[[ GIVEN DATA, beginning ]]

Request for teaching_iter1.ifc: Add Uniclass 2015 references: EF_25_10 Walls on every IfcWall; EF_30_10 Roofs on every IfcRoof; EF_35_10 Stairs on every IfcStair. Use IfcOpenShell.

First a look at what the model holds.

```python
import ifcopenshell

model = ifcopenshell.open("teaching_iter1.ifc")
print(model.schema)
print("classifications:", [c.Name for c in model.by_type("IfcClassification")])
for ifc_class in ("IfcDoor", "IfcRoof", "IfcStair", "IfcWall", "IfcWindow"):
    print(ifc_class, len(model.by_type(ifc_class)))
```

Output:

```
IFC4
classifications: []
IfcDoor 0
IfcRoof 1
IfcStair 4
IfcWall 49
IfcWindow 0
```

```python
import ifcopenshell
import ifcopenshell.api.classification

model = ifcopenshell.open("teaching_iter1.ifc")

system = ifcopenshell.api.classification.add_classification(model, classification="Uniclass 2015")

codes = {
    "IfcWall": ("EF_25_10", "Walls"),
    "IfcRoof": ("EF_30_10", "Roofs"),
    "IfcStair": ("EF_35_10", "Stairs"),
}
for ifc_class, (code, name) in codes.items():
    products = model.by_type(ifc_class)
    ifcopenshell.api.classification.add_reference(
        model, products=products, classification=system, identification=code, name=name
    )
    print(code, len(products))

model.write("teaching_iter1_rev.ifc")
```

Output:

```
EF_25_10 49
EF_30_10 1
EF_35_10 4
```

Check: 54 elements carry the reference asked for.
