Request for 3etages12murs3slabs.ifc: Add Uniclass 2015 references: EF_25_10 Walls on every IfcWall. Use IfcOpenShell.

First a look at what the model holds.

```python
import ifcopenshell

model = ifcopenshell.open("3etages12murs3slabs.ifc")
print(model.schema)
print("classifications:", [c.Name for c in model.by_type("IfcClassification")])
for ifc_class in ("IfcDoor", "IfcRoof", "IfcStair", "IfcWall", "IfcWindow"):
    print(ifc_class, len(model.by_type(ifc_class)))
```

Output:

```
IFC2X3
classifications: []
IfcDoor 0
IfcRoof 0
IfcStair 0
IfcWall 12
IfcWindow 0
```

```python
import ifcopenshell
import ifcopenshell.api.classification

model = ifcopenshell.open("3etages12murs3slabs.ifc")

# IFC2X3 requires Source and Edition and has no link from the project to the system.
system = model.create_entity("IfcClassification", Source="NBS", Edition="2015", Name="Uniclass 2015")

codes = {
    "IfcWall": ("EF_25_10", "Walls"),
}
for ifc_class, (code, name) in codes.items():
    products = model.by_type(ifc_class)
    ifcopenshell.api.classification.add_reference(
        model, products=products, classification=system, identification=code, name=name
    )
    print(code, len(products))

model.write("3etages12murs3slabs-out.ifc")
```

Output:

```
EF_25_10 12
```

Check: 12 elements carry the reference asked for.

[[ GIVEN DATA, end ]]
[[ GIVEN DATA, beginning ]]

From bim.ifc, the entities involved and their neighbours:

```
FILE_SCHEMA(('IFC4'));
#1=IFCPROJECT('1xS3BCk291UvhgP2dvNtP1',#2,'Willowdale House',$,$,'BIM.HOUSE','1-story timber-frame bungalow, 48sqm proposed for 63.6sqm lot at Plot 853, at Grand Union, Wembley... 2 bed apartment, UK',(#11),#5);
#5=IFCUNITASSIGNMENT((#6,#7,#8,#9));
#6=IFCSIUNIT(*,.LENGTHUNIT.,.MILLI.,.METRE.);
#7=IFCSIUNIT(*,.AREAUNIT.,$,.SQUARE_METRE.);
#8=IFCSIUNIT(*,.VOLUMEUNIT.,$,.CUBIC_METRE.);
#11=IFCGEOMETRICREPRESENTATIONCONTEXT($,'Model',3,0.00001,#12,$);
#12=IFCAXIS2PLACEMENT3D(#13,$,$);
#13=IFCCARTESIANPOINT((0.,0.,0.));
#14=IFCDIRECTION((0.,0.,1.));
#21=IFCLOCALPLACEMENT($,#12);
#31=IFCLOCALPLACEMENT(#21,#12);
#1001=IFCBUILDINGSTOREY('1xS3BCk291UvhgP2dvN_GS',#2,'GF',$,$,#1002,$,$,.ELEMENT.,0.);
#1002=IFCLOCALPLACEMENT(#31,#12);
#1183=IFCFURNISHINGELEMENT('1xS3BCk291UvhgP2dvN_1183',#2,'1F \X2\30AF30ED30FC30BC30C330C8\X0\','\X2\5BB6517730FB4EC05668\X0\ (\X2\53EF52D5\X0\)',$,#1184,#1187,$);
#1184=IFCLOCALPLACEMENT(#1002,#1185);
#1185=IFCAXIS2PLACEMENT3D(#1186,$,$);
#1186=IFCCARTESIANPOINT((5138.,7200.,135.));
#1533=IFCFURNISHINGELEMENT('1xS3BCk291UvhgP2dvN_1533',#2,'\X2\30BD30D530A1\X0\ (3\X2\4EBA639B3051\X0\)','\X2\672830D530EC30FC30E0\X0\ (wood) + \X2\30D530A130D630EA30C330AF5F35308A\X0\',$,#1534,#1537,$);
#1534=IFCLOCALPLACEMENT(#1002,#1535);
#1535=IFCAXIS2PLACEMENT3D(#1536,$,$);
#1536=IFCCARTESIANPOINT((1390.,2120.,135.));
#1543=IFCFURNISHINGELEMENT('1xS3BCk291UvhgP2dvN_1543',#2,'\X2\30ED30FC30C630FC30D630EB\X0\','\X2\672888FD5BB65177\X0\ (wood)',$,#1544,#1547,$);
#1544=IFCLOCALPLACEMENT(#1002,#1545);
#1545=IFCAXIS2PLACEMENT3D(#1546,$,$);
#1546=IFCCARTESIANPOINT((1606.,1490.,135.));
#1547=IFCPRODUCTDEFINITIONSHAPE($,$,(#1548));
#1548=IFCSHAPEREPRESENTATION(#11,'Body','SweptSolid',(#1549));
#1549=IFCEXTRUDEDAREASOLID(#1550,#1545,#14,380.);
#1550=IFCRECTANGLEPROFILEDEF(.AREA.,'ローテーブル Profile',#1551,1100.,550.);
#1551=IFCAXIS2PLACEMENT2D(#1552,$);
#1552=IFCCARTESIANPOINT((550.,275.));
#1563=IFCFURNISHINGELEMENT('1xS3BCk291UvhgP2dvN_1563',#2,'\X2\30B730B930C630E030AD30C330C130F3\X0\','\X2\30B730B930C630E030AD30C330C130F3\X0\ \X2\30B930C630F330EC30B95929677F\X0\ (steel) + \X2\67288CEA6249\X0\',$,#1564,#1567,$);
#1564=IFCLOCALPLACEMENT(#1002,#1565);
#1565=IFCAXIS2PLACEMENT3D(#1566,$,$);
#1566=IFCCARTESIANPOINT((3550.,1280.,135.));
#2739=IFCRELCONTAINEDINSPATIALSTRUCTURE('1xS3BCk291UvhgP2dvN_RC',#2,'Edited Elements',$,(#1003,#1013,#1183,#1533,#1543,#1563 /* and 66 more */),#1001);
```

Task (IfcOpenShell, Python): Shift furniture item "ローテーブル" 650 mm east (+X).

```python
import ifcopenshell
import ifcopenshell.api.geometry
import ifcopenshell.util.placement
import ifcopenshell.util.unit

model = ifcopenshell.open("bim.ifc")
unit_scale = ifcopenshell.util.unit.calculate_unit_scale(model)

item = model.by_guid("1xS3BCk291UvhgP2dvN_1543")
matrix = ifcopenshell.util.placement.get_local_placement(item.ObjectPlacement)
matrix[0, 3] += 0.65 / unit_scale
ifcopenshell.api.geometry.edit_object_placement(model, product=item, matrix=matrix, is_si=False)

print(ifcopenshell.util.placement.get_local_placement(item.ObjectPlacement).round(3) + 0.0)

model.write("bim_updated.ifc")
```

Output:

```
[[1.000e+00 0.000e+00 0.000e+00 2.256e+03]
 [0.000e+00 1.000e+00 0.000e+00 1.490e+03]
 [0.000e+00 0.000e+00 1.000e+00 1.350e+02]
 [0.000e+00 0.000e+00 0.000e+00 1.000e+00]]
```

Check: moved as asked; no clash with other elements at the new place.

[[ GIVEN DATA, end ]]

▶ [PROMPT] Using the data above, repeat exactly the lines that begin at the line with "Request for teaching_iter1.ifc: Add" and end at the line with "Check: 54 elements", both ends included.

▶ [SOLVED PROBLEM]
Request for teaching_iter1.ifc: Add Uniclass 2015 references: EF_25_10 Walls on every IfcWall; EF_30_10 Roofs on every IfcRoof; EF_35_10 Stairs on every IfcStair. Use IfcOpenShell.

First a look at what the model holds.

```python
import ifcopenshell

model = ifcopenshell.open("teaching_iter1.ifc")
print(model.schema)
print("classifications:", [c.Name for c in model.by_type("IfcClassification")])
for ifc_class in ("IfcDoor", "IfcRoof", "IfcStair", "IfcWall", "IfcWindow"):
    print(ifc_class, len(model.by_type(ifc_class)))
```

Output:

```
IFC4
classifications: []
IfcDoor 0
IfcRoof 1
IfcStair 4
IfcWall 49
IfcWindow 0
```

```python
import ifcopenshell
import ifcopenshell.api.classification

model = ifcopenshell.open("teaching_iter1.ifc")

system = ifcopenshell.api.classification.add_classification(model, classification="Uniclass 2015")

codes = {
    "IfcWall": ("EF_25_10", "Walls"),
    "IfcRoof": ("EF_30_10", "Roofs"),
    "IfcStair": ("EF_35_10", "Stairs"),
}
for ifc_class, (code, name) in codes.items():
    products = model.by_type(ifc_class)
    ifcopenshell.api.classification.add_reference(
        model, products=products, classification=system, identification=code, name=name
    )
    print(code, len(products))

model.write("teaching_iter1_rev.ifc")
```

Output:

```
EF_25_10 49
EF_30_10 1
EF_35_10 4
```

Check: 54 elements carry the reference asked for.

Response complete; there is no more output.